Aktive Maßnahmen zur Temperaturhaltung im Kaltwasser
Vergleichende
Simulationsrechnungen zeigen, dass dezentral durchgeführte
Spülmaßnahmen, die dem reinen Wasseraustausch dienen, zur dauerhaften
Absenkung der Temperaturen in Stockwerks-/Ringleitungen weniger geeignet
sind, da die Wassertemperatur innerhalb von weniger als 2 Stunden
wieder auf Umgebungslufttemperatur ansteigt. Idealerweise muss der
Spülvolumenstrom bei einer vorgegebenen Sollwerttemperatur für das kalte
Trinkwasser genau die Wärmemenge abführen, die über die Oberfläche der
Rohrleitung aufgenommen wird. Studien haben gezeigt, dass die Abfuhr der
entsprechenden Wärme nur dann effektiv erreicht werden kann, wenn mit
geringen Volumenströmen über einen längeren Zeitraum gespült wird.

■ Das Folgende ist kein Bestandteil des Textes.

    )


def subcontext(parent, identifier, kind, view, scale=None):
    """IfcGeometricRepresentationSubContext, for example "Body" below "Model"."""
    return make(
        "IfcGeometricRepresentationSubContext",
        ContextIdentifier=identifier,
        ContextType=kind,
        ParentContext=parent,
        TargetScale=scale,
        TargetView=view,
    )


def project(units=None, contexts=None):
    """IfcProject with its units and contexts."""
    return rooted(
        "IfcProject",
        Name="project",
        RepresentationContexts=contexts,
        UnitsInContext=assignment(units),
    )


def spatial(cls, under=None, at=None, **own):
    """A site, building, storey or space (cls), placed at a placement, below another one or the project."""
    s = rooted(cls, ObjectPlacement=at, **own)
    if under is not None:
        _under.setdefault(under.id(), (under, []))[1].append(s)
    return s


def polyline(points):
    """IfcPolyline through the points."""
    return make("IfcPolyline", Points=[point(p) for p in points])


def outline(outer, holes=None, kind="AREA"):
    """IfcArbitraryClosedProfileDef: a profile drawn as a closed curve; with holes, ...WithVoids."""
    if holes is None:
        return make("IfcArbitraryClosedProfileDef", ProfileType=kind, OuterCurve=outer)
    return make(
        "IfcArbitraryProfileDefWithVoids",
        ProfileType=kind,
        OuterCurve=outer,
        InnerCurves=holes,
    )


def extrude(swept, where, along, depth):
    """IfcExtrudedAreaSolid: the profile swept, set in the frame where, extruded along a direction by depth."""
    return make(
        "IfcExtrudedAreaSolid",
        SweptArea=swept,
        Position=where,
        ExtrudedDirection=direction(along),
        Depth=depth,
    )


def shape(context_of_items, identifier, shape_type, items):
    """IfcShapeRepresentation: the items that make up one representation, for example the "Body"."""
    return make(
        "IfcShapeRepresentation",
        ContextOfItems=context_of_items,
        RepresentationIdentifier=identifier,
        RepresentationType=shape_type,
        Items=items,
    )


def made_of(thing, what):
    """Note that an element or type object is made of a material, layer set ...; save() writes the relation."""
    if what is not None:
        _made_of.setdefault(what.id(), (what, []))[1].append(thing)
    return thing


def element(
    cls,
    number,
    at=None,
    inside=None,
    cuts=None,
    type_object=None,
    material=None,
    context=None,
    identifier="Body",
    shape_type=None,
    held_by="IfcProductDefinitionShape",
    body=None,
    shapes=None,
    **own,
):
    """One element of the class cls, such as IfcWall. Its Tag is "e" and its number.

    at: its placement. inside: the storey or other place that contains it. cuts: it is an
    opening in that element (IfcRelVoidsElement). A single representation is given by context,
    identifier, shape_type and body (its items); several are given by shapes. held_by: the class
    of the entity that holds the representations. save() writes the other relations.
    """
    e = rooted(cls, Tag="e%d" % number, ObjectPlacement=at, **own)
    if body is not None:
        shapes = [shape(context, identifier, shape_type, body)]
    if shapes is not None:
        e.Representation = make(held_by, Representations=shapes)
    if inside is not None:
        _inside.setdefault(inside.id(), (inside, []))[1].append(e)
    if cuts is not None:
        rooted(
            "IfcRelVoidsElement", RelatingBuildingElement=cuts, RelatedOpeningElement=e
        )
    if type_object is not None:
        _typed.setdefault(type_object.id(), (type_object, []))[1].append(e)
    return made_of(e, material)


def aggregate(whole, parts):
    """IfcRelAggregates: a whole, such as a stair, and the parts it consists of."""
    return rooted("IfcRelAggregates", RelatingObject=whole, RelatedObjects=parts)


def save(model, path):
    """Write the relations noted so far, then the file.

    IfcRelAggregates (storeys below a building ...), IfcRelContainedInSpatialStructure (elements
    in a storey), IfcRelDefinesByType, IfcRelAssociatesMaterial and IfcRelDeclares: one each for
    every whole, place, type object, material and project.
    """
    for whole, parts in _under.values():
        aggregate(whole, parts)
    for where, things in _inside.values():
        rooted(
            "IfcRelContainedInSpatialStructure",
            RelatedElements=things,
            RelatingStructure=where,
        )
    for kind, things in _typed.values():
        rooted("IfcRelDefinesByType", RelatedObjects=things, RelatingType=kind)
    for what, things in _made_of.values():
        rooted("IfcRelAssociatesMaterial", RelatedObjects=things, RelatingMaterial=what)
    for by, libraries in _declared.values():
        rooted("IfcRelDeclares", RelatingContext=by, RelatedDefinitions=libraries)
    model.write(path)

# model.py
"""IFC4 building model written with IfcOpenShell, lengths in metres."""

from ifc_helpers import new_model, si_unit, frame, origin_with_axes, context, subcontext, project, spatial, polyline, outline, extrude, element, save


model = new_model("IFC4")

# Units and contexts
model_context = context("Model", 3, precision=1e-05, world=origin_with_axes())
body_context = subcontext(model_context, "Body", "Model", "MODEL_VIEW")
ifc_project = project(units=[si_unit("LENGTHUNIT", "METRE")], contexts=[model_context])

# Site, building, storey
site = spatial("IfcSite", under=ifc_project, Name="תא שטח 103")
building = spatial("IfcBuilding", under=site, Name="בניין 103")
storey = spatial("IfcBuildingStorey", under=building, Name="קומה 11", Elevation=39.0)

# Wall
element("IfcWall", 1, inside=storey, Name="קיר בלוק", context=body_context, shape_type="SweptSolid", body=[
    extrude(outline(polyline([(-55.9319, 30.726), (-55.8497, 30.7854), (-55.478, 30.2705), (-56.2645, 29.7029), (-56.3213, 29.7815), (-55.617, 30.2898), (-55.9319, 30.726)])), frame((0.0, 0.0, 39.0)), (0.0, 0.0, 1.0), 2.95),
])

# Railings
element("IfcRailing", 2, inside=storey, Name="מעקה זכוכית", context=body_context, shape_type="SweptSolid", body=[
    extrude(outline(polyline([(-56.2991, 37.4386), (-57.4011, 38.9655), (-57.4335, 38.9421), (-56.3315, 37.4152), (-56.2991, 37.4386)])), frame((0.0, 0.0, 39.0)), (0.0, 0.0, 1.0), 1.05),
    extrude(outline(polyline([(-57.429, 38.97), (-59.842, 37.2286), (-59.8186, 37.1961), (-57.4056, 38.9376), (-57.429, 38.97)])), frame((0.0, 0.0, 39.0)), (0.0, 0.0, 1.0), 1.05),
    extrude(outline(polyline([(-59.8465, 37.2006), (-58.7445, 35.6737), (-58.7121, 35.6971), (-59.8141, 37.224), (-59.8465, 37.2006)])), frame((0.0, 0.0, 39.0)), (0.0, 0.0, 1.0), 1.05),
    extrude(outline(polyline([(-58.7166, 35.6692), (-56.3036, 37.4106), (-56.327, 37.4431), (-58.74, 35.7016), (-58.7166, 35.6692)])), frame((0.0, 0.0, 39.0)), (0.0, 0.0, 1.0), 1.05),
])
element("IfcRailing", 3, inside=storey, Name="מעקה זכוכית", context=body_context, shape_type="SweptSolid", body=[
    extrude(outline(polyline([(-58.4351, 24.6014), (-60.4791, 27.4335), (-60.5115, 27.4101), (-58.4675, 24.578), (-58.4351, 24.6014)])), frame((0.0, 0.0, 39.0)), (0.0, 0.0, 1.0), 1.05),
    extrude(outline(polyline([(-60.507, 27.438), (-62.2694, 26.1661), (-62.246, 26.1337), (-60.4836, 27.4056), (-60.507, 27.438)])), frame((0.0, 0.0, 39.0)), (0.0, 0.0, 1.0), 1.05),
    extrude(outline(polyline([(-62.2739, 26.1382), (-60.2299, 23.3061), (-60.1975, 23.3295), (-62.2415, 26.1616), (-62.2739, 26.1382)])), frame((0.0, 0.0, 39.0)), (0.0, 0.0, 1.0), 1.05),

Spülmaßnahmen zur Temperaturhaltung des kalten Trinkwassers sind jedoch
nur dann ökologisch und ökonomisch sinnvoll, wenn auch in den
Sommermonaten das Trinkwasser vom WVU mit niedrigen Temperaturen
(< 15 °C) in das Gebäude eingespeist werden kann. Insbesondere bei
oberflächennaher Trinkwassergewinnung ist das in den Sommermonaten
allerdings häufig über einen längeren Zeitraum nicht der Fall. Bei
solchen Gegebenheiten kann nur eine aktive Kühlung des Trinkwassers im
Kreislauf die Einhaltung der geforderten Temperaturen zu jedem Zeitpunkt
und zu jeder Jahreszeit sicherstellen.
(Kein) zusätzliches Rohrleitungssystem erforderlich
Damit
in konventionellen Installationskonzepten ein Zirkulationssystem für
das kalte Trinkwasser realisiert werden kann, muss ein zusätzliches
Rohrleitungssystem aufgebaut werden. In Strömungsteiler-Installationen
ist das nicht erforderlich, da das bereits für die Bedarfsdeckung
vorhandene Rohrleitungssystem für die Kaltwasserzirkulation geeignet ist
und mitgenutzt werden kann (Bild 5). Bereits bestehende KHS-Anlagen
können daher meist mit geringem Aufwand von Spültechnik auf
Kaltwasserzirkulation umgestellt werden. Im Gegensatz zu konventionellen
Installationen ermöglichen Strömungsteiler-Installationen die
kontrollierte Temperaturhaltung in allen Leitungsteilen bis in den
Anschluss der Entnahmearmaturen hinein. Berechnungen zeigen, dass
aufgrund der geringen Temperaturdifferenzen zwischen der Umgebungsluft
und dem kalten Trinkwasser der Wärmeeintrag – und damit auch die
Leistung des erforderlichen Kälteaggregates – relativ gering ist (Bild
6).
Über den „KHS Coolflow“-Kaltwasserkühler (Bild 7) von Kemper
wird dem erwärmten Kaltwasser die Wärme entzogen und abgeführt. Die
vormontierte Kompakteinheit mit integrierter Zirkulationspumpe
beinhaltet bereits alle benötigten Komponenten der Trinkwasserseite, ist
diffusionsdicht gedämmt und vorkonfiguriert.
Im Gegensatz zur
Warmwasserzirkulation mit wesentlich höheren Temperaturdifferenzen sind
daher auch die zur Temperaturhaltung erforderlichen Volumenströme in
Kaltwasser-Zirkulationssystemen eher gering. Aus diesem Grund weisen die
für den hydraulischen Abgleich benötigten Regulierventile sehr niedrige
kV-Werte auf. Zudem muss bei länger andauerndem Zirkulationsbetrieb
ohne Wasserentnahme der Aufkonzentration der Wasserinhaltsstoffe durch
einen gezielten Wasseraustausch entgegengewirkt werden. Kemper hat für
diese Aufgabenstellungen ein spezielles Ventil (Bild 8) entwickelt, in
dem die Funktionen Spülen, Regulieren und Absperren vereint sind.
Der
rechnerische Nachweis der Temperaturhaltung kann mit der Software
„Dendrit Studio 2.0“ erfolgen. Durch die mögliche Annahme von
realistischen Umgebungslufttemperaturen in der Berechnung und der
Simulation wird die Planungssicherheit nochmals deutlich erhöht.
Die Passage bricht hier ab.